由于您要检查的网站是由不同的人创建的,因此不可能有一个单一的线路来检测大量网站上的链接是否损坏。
我建议您为每个站点创建一个简单的函数,以检测该特定站点的链接是否损坏。当您要检查链接时,您将根据域名决定在外部站点的 HTML 上运行哪个函数。
You can use parse_url() to extract the domain/host from the file links:
// Get your url from the database. Here I'll just set it:
$file_url_from_database = 'http://example.com/link/to/file?var=1&hello=world#file'
$parsed_link = parse_url($file_url_from_database);
$domain = $parsed_link['host']; // $domain now equals 'example.com'
You could store the function names in an associative array and call them that way:
function check_domain_com(){ ... }
function check_example_com(){ ... }
$link_checkers = array();
$link_checkers['domain.com'] = 'check_domain_com';
$link_checkers['example.com'] = 'check_example_com';
or store the functions in the array (PHP >=5.3).
$link_checkers = array();
$link_checkers['domain.com'] = function(){ ... };
$link_checkers['example.com'] = function(){ ... };
and call these with
if(isset($link_checkers[$domain]))
// call the function stored under the index 'example.com'
call_user_func($link_checkers[$domain]);
else
throw( new Exception("I don't know how to check the domain $domain") );
Alternatively you could just use a bunch of if statements
if($domain == 'domain.com')
check_domain_com();
else if($domain == 'example.com')
check_example_com(); // this function is called
The functions could return a boolean (true or false; 0 or 1) to use, or call another function themselves if needed (for example to add an extra CSS class to broken links).
I did something similar recently, though I was fetching metadata for stock photography from multiple sites. I used an abstract class because I had a few functions to run for each site.
As a side note, it would be wise to store the last checked date in your database and limit the checking rate to something like 24 or 48 hours (or further apart depending on your needs).
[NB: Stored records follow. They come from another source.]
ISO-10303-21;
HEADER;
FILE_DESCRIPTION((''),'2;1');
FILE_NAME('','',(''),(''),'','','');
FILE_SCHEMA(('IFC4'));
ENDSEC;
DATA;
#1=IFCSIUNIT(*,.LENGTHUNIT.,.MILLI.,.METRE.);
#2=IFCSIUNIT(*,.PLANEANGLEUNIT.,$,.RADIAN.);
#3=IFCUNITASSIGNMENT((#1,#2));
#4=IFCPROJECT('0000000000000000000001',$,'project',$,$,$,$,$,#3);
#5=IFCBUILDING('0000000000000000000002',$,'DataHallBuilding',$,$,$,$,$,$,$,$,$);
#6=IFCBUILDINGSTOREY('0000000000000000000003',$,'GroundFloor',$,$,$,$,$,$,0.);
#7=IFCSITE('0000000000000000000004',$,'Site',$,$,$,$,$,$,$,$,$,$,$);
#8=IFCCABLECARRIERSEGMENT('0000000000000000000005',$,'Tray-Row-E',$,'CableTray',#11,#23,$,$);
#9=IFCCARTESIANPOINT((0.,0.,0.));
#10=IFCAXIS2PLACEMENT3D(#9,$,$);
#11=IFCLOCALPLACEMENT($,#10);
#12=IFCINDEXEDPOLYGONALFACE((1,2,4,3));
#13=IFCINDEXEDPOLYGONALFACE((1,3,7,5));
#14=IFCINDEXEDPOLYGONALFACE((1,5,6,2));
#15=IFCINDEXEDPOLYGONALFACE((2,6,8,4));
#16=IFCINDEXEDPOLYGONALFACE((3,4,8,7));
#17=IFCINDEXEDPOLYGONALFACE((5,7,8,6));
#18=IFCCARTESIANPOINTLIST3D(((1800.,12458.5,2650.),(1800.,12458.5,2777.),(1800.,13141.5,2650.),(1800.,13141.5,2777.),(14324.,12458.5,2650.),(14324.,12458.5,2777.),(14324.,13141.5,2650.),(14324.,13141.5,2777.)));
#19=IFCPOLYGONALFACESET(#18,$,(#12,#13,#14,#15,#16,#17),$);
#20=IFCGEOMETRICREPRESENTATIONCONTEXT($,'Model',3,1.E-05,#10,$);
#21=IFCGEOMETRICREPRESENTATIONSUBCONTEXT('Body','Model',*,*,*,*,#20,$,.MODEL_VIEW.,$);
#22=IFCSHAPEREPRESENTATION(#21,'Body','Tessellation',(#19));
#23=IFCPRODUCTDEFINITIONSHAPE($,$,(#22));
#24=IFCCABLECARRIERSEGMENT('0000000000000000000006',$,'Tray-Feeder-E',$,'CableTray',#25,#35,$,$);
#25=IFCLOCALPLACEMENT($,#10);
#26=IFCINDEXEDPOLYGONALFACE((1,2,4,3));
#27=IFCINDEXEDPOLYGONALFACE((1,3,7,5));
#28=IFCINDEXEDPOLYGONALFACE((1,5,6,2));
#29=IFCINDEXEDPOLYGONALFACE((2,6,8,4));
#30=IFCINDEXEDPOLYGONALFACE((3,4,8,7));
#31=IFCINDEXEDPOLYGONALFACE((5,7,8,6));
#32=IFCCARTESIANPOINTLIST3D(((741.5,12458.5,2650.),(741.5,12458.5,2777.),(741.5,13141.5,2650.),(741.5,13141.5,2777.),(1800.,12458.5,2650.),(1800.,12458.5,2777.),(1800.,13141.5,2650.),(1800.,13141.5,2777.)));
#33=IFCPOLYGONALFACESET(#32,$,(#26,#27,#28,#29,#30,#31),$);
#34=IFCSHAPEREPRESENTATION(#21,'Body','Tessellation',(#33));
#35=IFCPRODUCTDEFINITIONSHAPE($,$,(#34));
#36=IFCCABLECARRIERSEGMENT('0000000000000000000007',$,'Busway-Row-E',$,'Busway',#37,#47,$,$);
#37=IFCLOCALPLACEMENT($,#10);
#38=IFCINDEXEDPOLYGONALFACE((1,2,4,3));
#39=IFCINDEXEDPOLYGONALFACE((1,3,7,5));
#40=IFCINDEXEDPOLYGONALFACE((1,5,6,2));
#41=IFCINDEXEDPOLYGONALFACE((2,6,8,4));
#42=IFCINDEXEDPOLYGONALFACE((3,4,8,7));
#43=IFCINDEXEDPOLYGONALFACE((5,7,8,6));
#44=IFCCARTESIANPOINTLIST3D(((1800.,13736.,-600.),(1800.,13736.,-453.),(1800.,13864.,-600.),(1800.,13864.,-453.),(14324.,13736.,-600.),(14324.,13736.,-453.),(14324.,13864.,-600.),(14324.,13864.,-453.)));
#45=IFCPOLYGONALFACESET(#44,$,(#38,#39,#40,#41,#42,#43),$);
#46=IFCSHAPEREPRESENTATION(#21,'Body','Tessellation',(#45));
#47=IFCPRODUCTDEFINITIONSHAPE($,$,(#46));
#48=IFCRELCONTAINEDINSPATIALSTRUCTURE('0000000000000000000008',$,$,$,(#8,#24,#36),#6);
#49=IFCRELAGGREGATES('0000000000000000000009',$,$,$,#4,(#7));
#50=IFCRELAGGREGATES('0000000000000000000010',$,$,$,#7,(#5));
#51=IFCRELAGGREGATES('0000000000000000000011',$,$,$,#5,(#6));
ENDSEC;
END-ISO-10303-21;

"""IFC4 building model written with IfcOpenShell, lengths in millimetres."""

from ifc_helpers import new_model, si_unit, frame, origin, place, context, subcontext, project, spatial, rectangle, extrude, element, save


model = new_model("IFC4")

# Units and contexts
model_context = context("Model", 3, precision=1e-05, world=origin())
body_context = subcontext(model_context, "Body", "Model", "MODEL_VIEW")
ifc_project = project(units=[si_unit("LENGTHUNIT", "METRE", prefix="MILLI"), si_unit("PLANEANGLEUNIT", "RADIAN")])

# Site, building, storey
site = spatial("IfcSite", under=ifc_project, Name="Site")
building = spatial("IfcBuilding", under=site, Name="DataHallBuilding")
storey = spatial("IfcBuildingStorey", under=building, Name="GroundFloor", Elevation=0.0)

# Cable carrier segments
cable_carrier_segment_1_placement = place(None, origin())
element("IfcCableCarrierSegment", 1, at=cable_carrier_segment_1_placement, inside=storey, Name="Tray-Row-E", ObjectType="CableTray", context=body_context, shape_type="SweptSolid", body=[
    extrude(rectangle(XDim=12524.0, YDim=683.0), frame((8062.0, 12800.0, 2650.0), z_axis=(0.0, 0.0, 1.0), x_axis=(1.0, 0.0, 0.0)), (0.0, 0.0, 1.0), 127.0),
])
cable_carrier_segment_2_placement = place(None, origin())
element("IfcCableCarrierSegment", 2, at=cable_carrier_segment_2_placement, inside=storey, Name="Tray-Feeder-E", ObjectType="CableTray", context=body_context, shape_type="SweptSolid", body=[
    extrude(rectangle(XDim=1058.5, YDim=683.0), frame((1270.8, 12800.0, 2650.0), z_axis=(0.0, 0.0, 1.0), x_axis=(1.0, 0.0, 0.0)), (0.0, 0.0, 1.0), 127.0),
])
cable_carrier_segment_3_placement = place(None, origin())
element("IfcCableCarrierSegment", 3, at=cable_carrier_segment_3_placement, inside=storey, Name="Busway-Row-E", ObjectType="Busway", context=body_context, shape_type="SweptSolid", body=[
    extrude(rectangle(XDim=12524.0, YDim=128.0), frame((8062.0, 13800.0, -600.0), z_axis=(0.0, 0.0, 1.0), x_axis=(1.0, 0.0, 0.0)), (0.0, 0.0, 1.0), 147.0),
])

save(model, "model.ifc")
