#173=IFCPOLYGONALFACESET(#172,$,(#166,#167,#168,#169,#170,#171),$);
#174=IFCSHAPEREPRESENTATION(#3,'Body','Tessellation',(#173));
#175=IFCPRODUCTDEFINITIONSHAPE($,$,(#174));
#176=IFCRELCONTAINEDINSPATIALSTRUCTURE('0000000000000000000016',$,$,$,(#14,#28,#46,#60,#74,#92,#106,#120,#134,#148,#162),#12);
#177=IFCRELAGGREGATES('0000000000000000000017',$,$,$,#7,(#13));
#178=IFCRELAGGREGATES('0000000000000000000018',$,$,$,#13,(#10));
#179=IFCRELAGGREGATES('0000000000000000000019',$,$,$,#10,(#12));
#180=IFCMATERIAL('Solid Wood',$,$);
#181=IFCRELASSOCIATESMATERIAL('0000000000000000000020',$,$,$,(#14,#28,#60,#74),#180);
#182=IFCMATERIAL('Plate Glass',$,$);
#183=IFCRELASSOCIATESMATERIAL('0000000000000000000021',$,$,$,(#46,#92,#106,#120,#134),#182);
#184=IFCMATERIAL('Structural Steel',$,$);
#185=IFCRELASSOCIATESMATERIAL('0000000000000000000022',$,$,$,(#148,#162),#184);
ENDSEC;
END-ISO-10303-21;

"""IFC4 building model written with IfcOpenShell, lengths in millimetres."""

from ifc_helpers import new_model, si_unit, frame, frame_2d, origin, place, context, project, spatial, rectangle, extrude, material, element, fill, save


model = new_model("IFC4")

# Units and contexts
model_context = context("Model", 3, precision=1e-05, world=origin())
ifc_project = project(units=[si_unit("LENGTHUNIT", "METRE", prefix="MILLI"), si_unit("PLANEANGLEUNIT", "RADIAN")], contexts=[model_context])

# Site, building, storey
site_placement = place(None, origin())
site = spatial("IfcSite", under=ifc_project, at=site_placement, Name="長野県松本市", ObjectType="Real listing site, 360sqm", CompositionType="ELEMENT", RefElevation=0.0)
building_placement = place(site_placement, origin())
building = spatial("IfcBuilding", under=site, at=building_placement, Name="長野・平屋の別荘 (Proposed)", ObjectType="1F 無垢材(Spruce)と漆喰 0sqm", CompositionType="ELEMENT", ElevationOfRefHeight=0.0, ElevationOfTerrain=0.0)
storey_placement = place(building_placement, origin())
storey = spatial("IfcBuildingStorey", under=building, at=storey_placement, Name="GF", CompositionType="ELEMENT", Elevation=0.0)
Edit to clarify implementation a little:
As making HTTP requests to other websites is potentially very slow, you will want to check and update link statuses independently of page loads. You could achieve this like this:
- A script could run every 12 hours and check all links from the database that were last checked more than 24 hours ago. For each 'old' link, it would update the
active
and last_checked
columns in your database appropriately.
- When someone requests a page, your script would read from the
active
column in your database instead of downloading the remote page to check every time.
- (extra thought) When a new link is submitted, it is checked immediately in the script, or added to a queue to be checked by the server as soon as possible.
As people can easily click a link to check it's current state, it would be redundant to allow them to click a button to check from your page (nothing against the idea though).
Note that the potentially resource-heavy update-all script should not be executable (accessible) via web.